===== Material shown

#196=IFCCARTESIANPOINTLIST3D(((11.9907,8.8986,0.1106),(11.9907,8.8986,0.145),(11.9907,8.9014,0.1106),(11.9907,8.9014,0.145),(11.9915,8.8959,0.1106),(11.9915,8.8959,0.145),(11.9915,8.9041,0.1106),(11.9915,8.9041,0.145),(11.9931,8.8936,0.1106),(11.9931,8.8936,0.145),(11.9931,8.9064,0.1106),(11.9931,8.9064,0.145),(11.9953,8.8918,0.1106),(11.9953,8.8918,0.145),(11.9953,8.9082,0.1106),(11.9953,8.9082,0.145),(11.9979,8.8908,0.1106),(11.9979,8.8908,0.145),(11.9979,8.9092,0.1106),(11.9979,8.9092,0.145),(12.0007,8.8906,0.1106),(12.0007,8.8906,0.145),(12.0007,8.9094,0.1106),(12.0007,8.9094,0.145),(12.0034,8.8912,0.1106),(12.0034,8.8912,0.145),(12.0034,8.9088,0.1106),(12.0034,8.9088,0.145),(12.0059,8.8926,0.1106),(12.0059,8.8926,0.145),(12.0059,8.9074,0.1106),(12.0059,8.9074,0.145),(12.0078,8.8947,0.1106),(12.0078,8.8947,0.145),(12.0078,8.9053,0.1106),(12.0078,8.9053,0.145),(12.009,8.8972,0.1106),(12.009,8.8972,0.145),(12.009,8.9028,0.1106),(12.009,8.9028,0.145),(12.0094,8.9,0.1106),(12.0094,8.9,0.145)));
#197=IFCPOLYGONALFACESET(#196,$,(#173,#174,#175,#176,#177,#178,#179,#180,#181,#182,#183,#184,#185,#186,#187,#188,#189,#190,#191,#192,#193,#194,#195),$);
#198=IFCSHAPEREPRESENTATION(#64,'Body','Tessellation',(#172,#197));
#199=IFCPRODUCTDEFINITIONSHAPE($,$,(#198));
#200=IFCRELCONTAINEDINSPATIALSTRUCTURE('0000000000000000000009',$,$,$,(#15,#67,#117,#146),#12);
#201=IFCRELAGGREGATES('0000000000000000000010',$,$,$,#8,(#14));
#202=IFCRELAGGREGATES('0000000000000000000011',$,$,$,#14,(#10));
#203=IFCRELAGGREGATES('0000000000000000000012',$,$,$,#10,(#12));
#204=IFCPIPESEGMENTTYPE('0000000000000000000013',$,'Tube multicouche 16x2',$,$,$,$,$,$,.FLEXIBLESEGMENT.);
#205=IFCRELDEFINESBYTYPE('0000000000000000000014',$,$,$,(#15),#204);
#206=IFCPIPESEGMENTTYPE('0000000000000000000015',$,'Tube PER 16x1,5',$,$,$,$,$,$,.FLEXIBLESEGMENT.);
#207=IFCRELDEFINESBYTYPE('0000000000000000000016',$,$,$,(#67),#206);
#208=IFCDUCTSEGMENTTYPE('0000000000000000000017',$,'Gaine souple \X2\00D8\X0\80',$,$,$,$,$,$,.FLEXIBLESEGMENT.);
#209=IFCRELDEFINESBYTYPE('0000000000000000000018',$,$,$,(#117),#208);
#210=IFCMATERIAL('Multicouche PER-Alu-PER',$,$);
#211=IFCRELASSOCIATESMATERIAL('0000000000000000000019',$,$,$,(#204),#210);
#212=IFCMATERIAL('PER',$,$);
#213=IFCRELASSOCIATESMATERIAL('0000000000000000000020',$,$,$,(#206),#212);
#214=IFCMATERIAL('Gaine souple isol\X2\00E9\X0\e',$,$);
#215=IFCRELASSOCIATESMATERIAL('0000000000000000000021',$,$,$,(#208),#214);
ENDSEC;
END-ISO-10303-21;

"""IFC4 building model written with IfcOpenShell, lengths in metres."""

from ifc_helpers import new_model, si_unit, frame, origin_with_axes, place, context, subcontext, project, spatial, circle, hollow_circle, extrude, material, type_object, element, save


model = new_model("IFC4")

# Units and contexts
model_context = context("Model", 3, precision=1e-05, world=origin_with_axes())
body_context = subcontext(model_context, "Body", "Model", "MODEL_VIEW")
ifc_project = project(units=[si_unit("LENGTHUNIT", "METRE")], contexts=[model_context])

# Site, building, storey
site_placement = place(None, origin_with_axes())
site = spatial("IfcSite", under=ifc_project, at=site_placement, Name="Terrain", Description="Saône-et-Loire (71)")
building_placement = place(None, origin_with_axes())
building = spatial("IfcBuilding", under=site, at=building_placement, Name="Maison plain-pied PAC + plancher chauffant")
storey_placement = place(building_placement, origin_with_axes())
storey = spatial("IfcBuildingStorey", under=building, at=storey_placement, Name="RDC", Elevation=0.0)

==========

Each of the lines above should be printed again precisely as it reads.

#196=IFCCARTESIANPOINTLIST3D(((11.9907,8.8986,0.1106),(11.9907,8.8986,0.145),(11.9907,8.9014,0.1106),(11.9907,8.9014,0.145),(11.9915,8.8959,0.1106),(11.9915,8.8959,0.145),(11.9915,8.9041,0.1106),(11.9915,8.9041,0.145),(11.9931,8.8936,0.1106),(11.9931,8.8936,0.145),(11.9931,8.9064,0.1106),(11.9931,8.9064,0.145),(11.9953,8.8918,0.1106),(11.9953,8.8918,0.145),(11.9953,8.9082,0.1106),(11.9953,8.9082,0.145),(11.9979,8.8908,0.1106),(11.9979,8.8908,0.145),(11.9979,8.9092,0.1106),(11.9979,8.9092,0.145),(12.0007,8.8906,0.1106),(12.0007,8.8906,0.145),(12.0007,8.9094,0.1106),(12.0007,8.9094,0.145),(12.0034,8.8912,0.1106),(12.0034,8.8912,0.145),(12.0034,8.9088,0.1106),(12.0034,8.9088,0.145),(12.0059,8.8926,0.1106),(12.0059,8.8926,0.145),(12.0059,8.9074,0.1106),(12.0059,8.9074,0.145),(12.0078,8.8947,0.1106),(12.0078,8.8947,0.145),(12.0078,8.9053,0.1106),(12.0078,8.9053,0.145),(12.009,8.8972,0.1106),(12.009,8.8972,0.145),(12.009,8.9028,0.1106),(12.009,8.9028,0.145),(12.0094,8.9,0.1106),(12.0094,8.9,0.145)));
#197=IFCPOLYGONALFACESET(#196,$,(#173,#174,#175,#176,#177,#178,#179,#180,#181,#182,#183,#184,#185,#186,#187,#188,#189,#190,#191,#192,#193,#194,#195),$);
#198=IFCSHAPEREPRESENTATION(#64,'Body','Tessellation',(#172,#197));
#199=IFCPRODUCTDEFINITIONSHAPE($,$,(#198));
#200=IFCRELCONTAINEDINSPATIALSTRUCTURE('0000000000000000000009',$,$,$,(#15,#67,#117,#146),#12);
#201=IFCRELAGGREGATES('0000000000000000000010',$,$,$,#8,(#14));
#202=IFCRELAGGREGATES('0000000000000000000011',$,$,$,#14,(#10));
#203=IFCRELAGGREGATES('0000000000000000000012',$,$,$,#10,(#12));
#204=IFCPIPESEGMENTTYPE('0000000000000000000013',$,'Tube multicouche 16x2',$,$,$,$,$,$,.FLEXIBLESEGMENT.);
#205=IFCRELDEFINESBYTYPE('0000000000000000000014',$,$,$,(#15),#204);
#206=IFCPIPESEGMENTTYPE('0000000000000000000015',$,'Tube PER 16x1,5',$,$,$,$,$,$,.FLEXIBLESEGMENT.);
#207=IFCRELDEFINESBYTYPE('0000000000000000000016',$,$,$,(#67),#206);
#208=IFCDUCTSEGMENTTYPE('0000000000000000000017',$,'Gaine souple \X2\00D8\X0\80',$,$,$,$,$,$,.FLEXIBLESEGMENT.);
#209=IFCRELDEFINESBYTYPE('0000000000000000000018',$,$,$,(#117),#208);
#210=IFCMATERIAL('Multicouche PER-Alu-PER',$,$);
#211=IFCRELASSOCIATESMATERIAL('0000000000000000000019',$,$,$,(#204),#210);
#212=IFCMATERIAL('PER',$,$);
#213=IFCRELASSOCIATESMATERIAL('0000000000000000000020',$,$,$,(#206),#212);
#214=IFCMATERIAL('Gaine souple isol\X2\00E9\X0\e',$,$);
#215=IFCRELASSOCIATESMATERIAL('0000000000000000000021',$,$,$,(#208),#214);
ENDSEC;
END-ISO-10303-21;

"""IFC4 building model written with IfcOpenShell, lengths in metres."""

from ifc_helpers import new_model, si_unit, frame, origin_with_axes, place, context, subcontext, project, spatial, circle, hollow_circle, extrude, material, type_object, element, save


model = new_model("IFC4")

# Units and contexts
model_context = context("Model", 3, precision=1e-05, world=origin_with_axes())
body_context = subcontext(model_context, "Body", "Model", "MODEL_VIEW")
ifc_project = project(units=[si_unit("LENGTHUNIT", "METRE")], contexts=[model_context])

# Site, building, storey
site_placement = place(None, origin_with_axes())
site = spatial("IfcSite", under=ifc_project, at=site_placement, Name="Terrain", Description="Saône-et-Loire (71)")
building_placement = place(None, origin_with_axes())
building = spatial("IfcBuilding", under=site, at=building_placement, Name="Maison plain-pied PAC + plancher chauffant")
storey_placement = place(building_placement, origin_with_axes())
storey = spatial("IfcBuildingStorey", under=building, at=storey_placement, Name="RDC", Elevation=0.0)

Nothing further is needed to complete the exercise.